オレは過去に忘れられない経験をしたことがある。
小学五年生の時、オレは転校生の女の子に一目惚れした。笑顔が可愛い、背の小さな女の子だった。話をするうちに仲良くなって、一緒に帰るような仲になった頃、夕日が沈む道を背景に、彼女は言った。
『那音くん、あのね、私ね、来月転校することになったの』
『えっ! 急だね』
彼女は全国を渡り歩く劇団の女の子で、転校は何度も経験しているという。
幼かったオレは、最後のチャンスとばかりに彼女に自分のありったけの想いを伝えた。
『好きなんだ』
オレの告白に、彼女は困ったように微笑んだ。その後、彼女はなにも言わず、転校してしまった。淡い初恋の記憶。
中学二年生になったオレは同じクラスの智淮に告白され、つき合うことになった。喧嘩もした。泣かせてしまったこともある。それでも今まで仲良くやってこれたのは、仲直りするたびに彼女に何度も恋をしてきたからだ。
智淮の存在はオレにとって空気と呼べるものだった。いつも隣にいるのが当たり前で、高校が違う今でも、中学からの友人には老夫婦と言われるくらい。
恋とはなんと儚いものだろう。何年も共に育んだ愛でさえ、たった一言で消えてしまう。
儚く散った初恋の思い出のように、オレはまた、大切な人を失おうとしていた。
「オレだって、わかんねぇんだよ」
智淮に別れを切り出したのは紛れもない自分だ。どうしてそんなことを言ってしまったのか、それは智淮のことを考えての決断だった。
智淮は昔、幼馴染と遠距離恋愛をしていた。
『智淮が高校に入学したら、大人になった俺が迎えにいくよ』
幼い頃交わした約束を信じ、智淮は四歳年上の幼馴染とメールのやりとりだけの、つたない恋愛を続けていた。

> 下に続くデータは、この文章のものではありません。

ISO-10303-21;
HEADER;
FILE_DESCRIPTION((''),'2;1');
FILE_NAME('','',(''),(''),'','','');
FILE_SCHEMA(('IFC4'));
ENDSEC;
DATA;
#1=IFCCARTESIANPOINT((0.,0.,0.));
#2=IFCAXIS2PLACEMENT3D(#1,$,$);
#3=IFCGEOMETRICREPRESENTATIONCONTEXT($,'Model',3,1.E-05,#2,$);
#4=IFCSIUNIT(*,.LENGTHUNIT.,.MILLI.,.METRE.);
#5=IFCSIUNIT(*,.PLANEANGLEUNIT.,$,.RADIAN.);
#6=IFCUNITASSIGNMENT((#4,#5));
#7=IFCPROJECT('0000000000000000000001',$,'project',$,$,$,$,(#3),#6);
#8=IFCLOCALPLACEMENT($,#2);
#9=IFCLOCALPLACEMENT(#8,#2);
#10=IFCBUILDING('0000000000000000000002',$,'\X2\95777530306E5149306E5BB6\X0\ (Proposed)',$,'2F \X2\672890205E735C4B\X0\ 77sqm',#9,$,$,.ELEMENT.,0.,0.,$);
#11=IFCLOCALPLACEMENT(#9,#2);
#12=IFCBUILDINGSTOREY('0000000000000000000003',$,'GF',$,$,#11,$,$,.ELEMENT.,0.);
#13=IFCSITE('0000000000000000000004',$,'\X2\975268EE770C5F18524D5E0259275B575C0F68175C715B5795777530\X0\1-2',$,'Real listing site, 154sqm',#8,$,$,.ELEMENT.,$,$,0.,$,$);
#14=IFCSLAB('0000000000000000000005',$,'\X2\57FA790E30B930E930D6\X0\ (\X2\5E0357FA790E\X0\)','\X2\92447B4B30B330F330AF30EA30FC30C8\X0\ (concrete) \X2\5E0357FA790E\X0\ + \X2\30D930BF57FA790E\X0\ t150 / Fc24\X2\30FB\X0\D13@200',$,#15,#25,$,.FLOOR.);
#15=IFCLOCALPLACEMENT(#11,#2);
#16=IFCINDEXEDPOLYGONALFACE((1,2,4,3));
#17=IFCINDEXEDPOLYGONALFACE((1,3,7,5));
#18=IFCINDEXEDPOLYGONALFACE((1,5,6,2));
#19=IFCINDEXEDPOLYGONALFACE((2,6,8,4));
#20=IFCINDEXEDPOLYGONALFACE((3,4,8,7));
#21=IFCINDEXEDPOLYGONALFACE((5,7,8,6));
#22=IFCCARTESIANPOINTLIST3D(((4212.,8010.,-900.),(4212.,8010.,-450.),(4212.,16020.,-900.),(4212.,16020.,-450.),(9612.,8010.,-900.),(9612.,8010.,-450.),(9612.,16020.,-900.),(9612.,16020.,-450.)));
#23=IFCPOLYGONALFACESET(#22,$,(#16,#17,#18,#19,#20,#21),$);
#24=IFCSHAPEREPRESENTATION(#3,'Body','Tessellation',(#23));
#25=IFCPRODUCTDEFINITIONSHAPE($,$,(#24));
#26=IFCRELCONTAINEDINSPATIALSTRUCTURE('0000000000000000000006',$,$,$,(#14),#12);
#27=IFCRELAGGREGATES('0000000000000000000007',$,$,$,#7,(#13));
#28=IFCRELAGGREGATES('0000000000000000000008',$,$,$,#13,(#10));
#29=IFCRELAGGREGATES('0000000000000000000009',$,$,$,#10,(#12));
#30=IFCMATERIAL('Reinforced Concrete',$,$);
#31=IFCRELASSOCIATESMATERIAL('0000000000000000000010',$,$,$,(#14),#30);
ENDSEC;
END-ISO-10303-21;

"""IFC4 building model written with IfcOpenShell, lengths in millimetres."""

from ifc_helpers import new_model, si_unit, frame, frame_2d, origin, place, context, project, spatial, rectangle, extrude, material, element, save


model = new_model("IFC4")

# Units and contexts
model_context = context("Model", 3, precision=1e-05, world=origin())
ifc_project = project(units=[si_unit("LENGTHUNIT", "METRE", prefix="MILLI"), si_unit("PLANEANGLEUNIT", "RADIAN")], contexts=[model_context])

# Site, building, storey
site_placement = place(None, origin())
site = spatial("IfcSite", under=ifc_project, at=site_placement, Name="青森県弘前市大字小栗山字長田1-2", ObjectType="Real listing site, 154sqm", CompositionType="ELEMENT", RefElevation=0.0)
building_placement = place(site_placement, origin())
building = spatial("IfcBuilding", under=site, at=building_placement, Name="長田の光の家 (Proposed)", ObjectType="2F 木造平屋 77sqm", CompositionType="ELEMENT", ElevationOfRefHeight=0.0, ElevationOfTerrain=0.0)
storey_placement = place(building_placement, origin())
storey = spatial("IfcBuildingStorey", under=building, at=storey_placement, Name="GF", CompositionType="ELEMENT", Elevation=0.0)

# Slab
ifc_material_1 = material(Name="Reinforced Concrete")
slab_1_placement = place(storey_placement, frame((2106.0, 4005.0, -450.0)))
element("IfcSlab", 1, at=slab_1_placement, inside=storey, material=ifc_material_1, Name="基礎スラブ (布基礎)", Description="鉄筋コンクリート (concrete) 布基礎 + ベタ基礎 t150 / Fc24・D13@200", PredefinedType="FLOOR", context=model_context, shape_type="SweptSolid", body=[
    extrude(rectangle(XDim=5400.0, YDim=8010.0, at=frame_2d((2700.0, 4005.0))), frame((2106.0, 4005.0, -450.0)), (0.0, 0.0, 1.0), 450.0),
])

save(model, "model.ifc")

智淮が中学二年生になった頃、遠距離恋愛はある日突然幕を閉じた。
【彼女できた。別れよう】
短い業務的な別れのメールを最後に、幼馴染とは音信不通になった。
その後、智淮が寂しさを紛らわすため、告白したのがオレだった。
オレが智淮にこの話をされたのが高校に入学してすぐの頃。オレは智淮に全てを打ち明けられた後も、別れようとは言わなかった。
――――愛していたから。
無責任だったと泣きながら謝り、今は本当に愛していると告げた智淮。オレは彼女を深く愛していた。そんな智淮にもう一度、遠距離恋愛を強要することなど、オレにはできなかった。
「もう遅い、か」
苦笑いを浮かべながら腕時計を見つめる。
迫る搭乗時間に溜息をつきながら、オレは蓮が到着する前にキャリーケースを引いて歩き出した。
* * *
「運転手さん、急いでください!」
「そうは言ってもねぇ」
僕と智淮さんは渋滞に巻き込まれていた。空港は目の前にあるのに、動けないもどかしさに苛立ちが募る。
智淮さんは言った。
「蓮くん、走ろう」
焦った。僕にとって走る行為がどれほど体に負担がかかるのか、智淮さんはなにも知らない。そして迷った末に選択肢がないと分かると、僕は覚悟を決めた。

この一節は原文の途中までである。